■ DIRECTIONS
The number of lines below containing the word "Ebene" is all that should be returned.

■ THE RECORDS
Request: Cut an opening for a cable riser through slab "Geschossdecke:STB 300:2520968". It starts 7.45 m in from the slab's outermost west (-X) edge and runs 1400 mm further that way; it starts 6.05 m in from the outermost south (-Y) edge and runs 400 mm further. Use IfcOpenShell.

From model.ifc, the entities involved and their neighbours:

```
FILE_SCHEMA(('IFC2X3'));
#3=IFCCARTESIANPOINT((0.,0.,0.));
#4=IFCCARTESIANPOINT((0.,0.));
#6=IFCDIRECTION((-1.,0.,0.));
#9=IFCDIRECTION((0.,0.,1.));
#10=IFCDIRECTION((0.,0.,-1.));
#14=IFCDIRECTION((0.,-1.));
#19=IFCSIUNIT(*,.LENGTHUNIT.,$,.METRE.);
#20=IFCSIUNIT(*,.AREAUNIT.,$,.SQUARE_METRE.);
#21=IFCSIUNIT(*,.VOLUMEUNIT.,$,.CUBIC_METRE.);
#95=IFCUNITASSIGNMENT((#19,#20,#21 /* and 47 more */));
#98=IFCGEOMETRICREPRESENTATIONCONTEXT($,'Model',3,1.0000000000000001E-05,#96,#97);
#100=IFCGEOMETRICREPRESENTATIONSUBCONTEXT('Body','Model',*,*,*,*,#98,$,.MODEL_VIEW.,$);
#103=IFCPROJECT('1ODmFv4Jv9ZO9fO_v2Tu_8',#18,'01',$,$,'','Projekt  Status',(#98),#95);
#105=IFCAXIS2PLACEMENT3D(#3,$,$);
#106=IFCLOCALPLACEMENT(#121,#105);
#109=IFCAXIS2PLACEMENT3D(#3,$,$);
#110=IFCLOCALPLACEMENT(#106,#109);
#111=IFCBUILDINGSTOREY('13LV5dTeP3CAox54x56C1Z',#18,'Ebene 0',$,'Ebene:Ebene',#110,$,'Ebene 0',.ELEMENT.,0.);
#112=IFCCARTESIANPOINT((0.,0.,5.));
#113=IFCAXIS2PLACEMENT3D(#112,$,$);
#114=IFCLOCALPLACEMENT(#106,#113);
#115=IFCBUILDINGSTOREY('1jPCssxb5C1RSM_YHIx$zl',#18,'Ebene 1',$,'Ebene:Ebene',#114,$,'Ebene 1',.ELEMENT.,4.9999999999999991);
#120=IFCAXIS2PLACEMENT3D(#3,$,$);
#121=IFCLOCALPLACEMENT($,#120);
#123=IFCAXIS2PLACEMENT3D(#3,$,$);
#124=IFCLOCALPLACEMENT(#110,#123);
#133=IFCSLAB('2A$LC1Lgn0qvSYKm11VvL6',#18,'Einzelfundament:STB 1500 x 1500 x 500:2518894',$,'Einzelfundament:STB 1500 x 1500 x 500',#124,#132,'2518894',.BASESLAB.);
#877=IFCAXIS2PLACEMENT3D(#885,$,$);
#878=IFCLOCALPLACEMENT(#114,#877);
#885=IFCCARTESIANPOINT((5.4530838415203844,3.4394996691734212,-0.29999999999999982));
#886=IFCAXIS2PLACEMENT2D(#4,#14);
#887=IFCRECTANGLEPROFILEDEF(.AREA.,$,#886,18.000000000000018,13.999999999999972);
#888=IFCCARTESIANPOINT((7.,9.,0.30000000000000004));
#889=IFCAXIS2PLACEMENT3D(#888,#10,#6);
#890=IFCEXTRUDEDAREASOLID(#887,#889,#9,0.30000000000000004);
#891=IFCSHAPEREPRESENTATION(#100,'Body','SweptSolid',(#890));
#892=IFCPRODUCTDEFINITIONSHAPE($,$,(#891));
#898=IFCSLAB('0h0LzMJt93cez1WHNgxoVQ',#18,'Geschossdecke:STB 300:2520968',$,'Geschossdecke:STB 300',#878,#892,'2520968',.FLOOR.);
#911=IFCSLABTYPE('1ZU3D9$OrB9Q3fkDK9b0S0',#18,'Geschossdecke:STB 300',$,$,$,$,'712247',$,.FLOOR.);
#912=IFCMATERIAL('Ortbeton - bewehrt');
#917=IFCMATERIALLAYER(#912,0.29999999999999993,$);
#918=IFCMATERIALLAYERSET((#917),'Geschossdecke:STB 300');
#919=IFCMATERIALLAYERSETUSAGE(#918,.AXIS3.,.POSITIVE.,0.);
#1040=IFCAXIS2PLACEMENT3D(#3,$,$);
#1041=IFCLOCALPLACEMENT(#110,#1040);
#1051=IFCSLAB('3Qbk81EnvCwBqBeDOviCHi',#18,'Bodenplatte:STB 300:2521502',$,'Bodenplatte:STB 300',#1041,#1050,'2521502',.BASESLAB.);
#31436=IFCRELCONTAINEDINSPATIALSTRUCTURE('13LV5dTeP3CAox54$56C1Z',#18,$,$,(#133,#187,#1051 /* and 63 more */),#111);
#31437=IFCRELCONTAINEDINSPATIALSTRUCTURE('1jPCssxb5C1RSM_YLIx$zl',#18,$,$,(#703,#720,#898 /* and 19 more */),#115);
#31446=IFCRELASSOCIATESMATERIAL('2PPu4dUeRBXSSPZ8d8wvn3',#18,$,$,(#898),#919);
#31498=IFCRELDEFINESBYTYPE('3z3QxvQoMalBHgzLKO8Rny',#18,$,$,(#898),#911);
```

```python
import numpy as np
import ifcopenshell
import ifcopenshell.api.feature
import ifcopenshell.api.geometry
import ifcopenshell.api.root
import ifcopenshell.geom
import ifcopenshell.util.placement
import ifcopenshell.util.representation
import ifcopenshell.util.shape
import ifcopenshell.util.unit

model = ifcopenshell.open("model.ifc")
unit_scale = ifcopenshell.util.unit.calculate_unit_scale(model)
settings = ifcopenshell.geom.settings()


def volume(element):
    """Net volume in cubic metres, openings subtracted."""
    shape = ifcopenshell.geom.create_shape(settings, element)
    return ifcopenshell.util.shape.get_volume(shape.geometry)


slab = model.by_guid("0h0LzMJt93cez1WHNgxoVQ")
before = volume(slab)

# Extent in the slab's own axes, in metres. The edges named are its -X and -Y sides.
slab_shape = ifcopenshell.geom.create_shape(settings, slab)
vertices = ifcopenshell.util.shape.get_vertices(slab_shape.geometry)
x_min, y_min, bottom = vertices.min(axis=0)
top = vertices[:, 2].max()

opening = ifcopenshell.api.root.create_entity(model, ifc_class="IfcOpeningElement", name="Cable riser opening")
context = ifcopenshell.util.representation.get_context(model, "Model", "Body", "MODEL_VIEW")
width, depth = 1.4, 0.4
outline = [(0.0, 0.0), (width, 0.0), (width, depth), (0.0, depth), (0.0, 0.0)]
# Overshoot both faces by 50 mm so the cut is clean.
shape = ifcopenshell.api.geometry.add_slab_representation(
    model, context=context, depth=top - bottom + 0.1, polyline=outline
)
ifcopenshell.api.geometry.assign_representation(model, product=opening, representation=shape)

matrix = ifcopenshell.util.placement.get_local_placement(slab.ObjectPlacement)
matrix[:, 3] = matrix @ np.append(np.array([x_min + 7.45, y_min + 6.05, bottom - 0.05]) / unit_scale, 1.0)
ifcopenshell.api.geometry.edit_object_placement(model, product=opening, matrix=matrix, is_si=False)
ifcopenshell.api.feature.add_feature(model, feature=opening, element=slab)

after = volume(slab)

print(f"slab volume {before:.3f} -> {after:.3f} m3")

model.write("model-out.ifc")
```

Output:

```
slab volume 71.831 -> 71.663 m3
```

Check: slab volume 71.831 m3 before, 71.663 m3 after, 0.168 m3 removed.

■ SOLVED PROBLEM
2